那位嬷嬷是齐老夫人身边贴身服侍的,见傅氏那副模样倒也不惧,笑着道:“老夫人说照着端方,大爷与新夫人该给国公爷和国公夫人叩首奉茶,只是梁氏夫人的牌位先前一向供在明春院,天然该在明春院施礼,以是请国公爷去明春院受他们的礼。”
她接过廖嬷嬷捧上来的团扇,悄悄扇着:“只是我进国公府也有十余年了,早已不是当年任由她拿捏的人了,她若想动甚么手脚,只怕也没那么轻易!”

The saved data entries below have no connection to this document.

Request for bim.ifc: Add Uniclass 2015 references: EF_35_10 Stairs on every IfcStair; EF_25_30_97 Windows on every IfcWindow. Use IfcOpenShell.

First a look at what the model holds.

```python
import ifcopenshell

model = ifcopenshell.open("bim.ifc")
print(model.schema)
print("classifications:", [c.Name for c in model.by_type("IfcClassification")])
for ifc_class in ("IfcDoor", "IfcRoof", "IfcStair", "IfcWall", "IfcWindow"):
    print(ifc_class, len(model.by_type(ifc_class)))
```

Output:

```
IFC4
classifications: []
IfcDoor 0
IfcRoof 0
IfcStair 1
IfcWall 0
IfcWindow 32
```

```python
import ifcopenshell
import ifcopenshell.api.classification

model = ifcopenshell.open("bim.ifc")

system = ifcopenshell.api.classification.add_classification(model, classification="Uniclass 2015")

codes = {
    "IfcStair": ("EF_35_10", "Stairs"),
    "IfcWindow": ("EF_25_30_97", "Windows"),
}
for ifc_class, (code, name) in codes.items():
    products = model.by_type(ifc_class)
    ifcopenshell.api.classification.add_reference(
        model, products=products, classification=system, identification=code, name=name
    )
    print(code, len(products))

model.write("bim_rev.ifc")
```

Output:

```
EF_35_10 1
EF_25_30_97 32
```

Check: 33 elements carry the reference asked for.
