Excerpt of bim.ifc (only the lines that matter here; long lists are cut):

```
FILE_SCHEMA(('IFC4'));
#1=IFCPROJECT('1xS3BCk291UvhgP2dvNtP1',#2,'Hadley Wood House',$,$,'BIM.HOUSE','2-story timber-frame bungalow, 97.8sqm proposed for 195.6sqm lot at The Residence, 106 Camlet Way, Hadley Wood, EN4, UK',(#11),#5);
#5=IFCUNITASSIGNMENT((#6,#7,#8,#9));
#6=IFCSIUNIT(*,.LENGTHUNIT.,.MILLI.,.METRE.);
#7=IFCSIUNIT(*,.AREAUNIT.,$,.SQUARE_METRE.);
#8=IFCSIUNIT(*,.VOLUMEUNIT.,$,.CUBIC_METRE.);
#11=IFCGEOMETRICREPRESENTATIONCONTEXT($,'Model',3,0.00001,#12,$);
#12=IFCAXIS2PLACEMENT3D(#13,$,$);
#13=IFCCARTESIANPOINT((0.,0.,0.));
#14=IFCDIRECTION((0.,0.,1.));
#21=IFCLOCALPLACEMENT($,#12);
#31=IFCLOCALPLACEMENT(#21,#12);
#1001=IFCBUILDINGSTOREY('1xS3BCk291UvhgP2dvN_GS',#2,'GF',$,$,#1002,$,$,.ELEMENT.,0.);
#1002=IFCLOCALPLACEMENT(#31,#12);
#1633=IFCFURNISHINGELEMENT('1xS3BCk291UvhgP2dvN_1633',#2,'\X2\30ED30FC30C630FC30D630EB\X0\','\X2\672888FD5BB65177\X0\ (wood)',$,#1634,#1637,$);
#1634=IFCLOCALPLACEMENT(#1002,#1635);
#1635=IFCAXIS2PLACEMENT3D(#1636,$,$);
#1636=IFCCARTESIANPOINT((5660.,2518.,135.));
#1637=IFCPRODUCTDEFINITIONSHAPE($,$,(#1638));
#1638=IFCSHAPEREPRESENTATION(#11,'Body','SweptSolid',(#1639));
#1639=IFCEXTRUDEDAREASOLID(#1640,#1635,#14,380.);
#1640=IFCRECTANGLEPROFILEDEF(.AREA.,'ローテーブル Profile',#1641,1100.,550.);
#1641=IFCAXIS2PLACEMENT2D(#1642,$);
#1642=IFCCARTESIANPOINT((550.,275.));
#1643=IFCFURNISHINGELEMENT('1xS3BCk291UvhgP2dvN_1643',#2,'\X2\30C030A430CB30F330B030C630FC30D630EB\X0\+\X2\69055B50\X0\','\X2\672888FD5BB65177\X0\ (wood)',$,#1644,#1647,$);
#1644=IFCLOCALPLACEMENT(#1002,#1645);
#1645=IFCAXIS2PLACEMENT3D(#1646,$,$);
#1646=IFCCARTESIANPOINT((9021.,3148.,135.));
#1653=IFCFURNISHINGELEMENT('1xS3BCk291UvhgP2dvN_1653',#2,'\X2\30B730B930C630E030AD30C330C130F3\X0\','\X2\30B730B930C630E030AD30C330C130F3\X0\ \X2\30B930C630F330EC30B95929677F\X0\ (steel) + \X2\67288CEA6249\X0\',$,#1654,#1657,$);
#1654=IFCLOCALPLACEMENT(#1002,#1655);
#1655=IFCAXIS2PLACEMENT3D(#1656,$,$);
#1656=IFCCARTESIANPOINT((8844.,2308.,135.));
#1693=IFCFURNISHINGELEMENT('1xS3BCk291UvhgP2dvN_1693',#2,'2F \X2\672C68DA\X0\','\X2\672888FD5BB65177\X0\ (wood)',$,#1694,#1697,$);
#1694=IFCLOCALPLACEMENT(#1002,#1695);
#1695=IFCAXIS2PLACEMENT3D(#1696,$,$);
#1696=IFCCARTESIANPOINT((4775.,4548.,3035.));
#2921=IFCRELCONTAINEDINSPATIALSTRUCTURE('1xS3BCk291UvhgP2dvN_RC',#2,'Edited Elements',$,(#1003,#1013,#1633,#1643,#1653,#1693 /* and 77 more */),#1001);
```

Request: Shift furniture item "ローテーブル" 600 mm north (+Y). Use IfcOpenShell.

```python
import ifcopenshell
import ifcopenshell.api.geometry
import ifcopenshell.util.placement

model = ifcopenshell.open("bim.ifc")

item = model.by_id(1633)
matrix = ifcopenshell.util.placement.get_local_placement(item.ObjectPlacement)
matrix[1, 3] += 600.0
ifcopenshell.api.geometry.edit_object_placement(model, product=item, matrix=matrix, is_si=False)

print(ifcopenshell.util.placement.get_local_placement(item.ObjectPlacement).round(3) + 0.0)

model.write("bim_updated.ifc")
```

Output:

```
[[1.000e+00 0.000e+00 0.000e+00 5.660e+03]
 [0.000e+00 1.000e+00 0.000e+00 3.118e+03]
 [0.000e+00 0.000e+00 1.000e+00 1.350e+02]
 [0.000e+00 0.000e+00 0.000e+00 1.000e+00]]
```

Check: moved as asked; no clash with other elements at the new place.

她一边说着一边瞟向上位的英国公齐绍远,幽幽叹了口气:“如何说她也是一品女官,天然是没有那般规端方矩按着时候来叩首奉茶了,谁叫我们府里现在不比畴前了,难怪人家瞧不上。”
齐绍远神采更是丢脸,手里端着的茶盏重重磕在案几上,与一旁服侍的丫头道:“去明春院请大爷与夫人过来,奉告他们英国公府有英国公府的端方,由不得他们猖獗。”
傅氏看着丫头出去了,更是对劲了几分,端起茶盏渐渐吃着茶,等着齐明睿与沈若华过来斟茶叩首。
傅氏到了明春院门口,也不就出来,反而打发了廖嬷嬷去与院门前的丫头道:“出来通传一声,就说夫人来了。”她一副规端方矩谨慎谨慎的模样,全然没有半点当家主母的架式。
廖嬷嬷不由地吃惊道:“夫人,为何还要畴昔,他们清楚……”清楚是成心热诚夫人。
齐绍远嘴角耷拉下来,叮咛丫头:“请夫人出去吧。”
这话无异于一巴掌狠狠甩在傅氏脸上,顿时脸上紫涨,气得倒仰:“你,你……”倒是说不出甚么话来,只能转过甚眼巴盼望着齐绍远,一脸委曲的模样。
齐老夫人目光中闪过一抹阴沉,看了一眼沈若华,见她还是安静地笑着,与本身微微点头,内心有了底气,与齐绍远道:“本来该他们磕了头奉了茶再畴昔那边见她的,她既然本身来了,就请了出去吧。”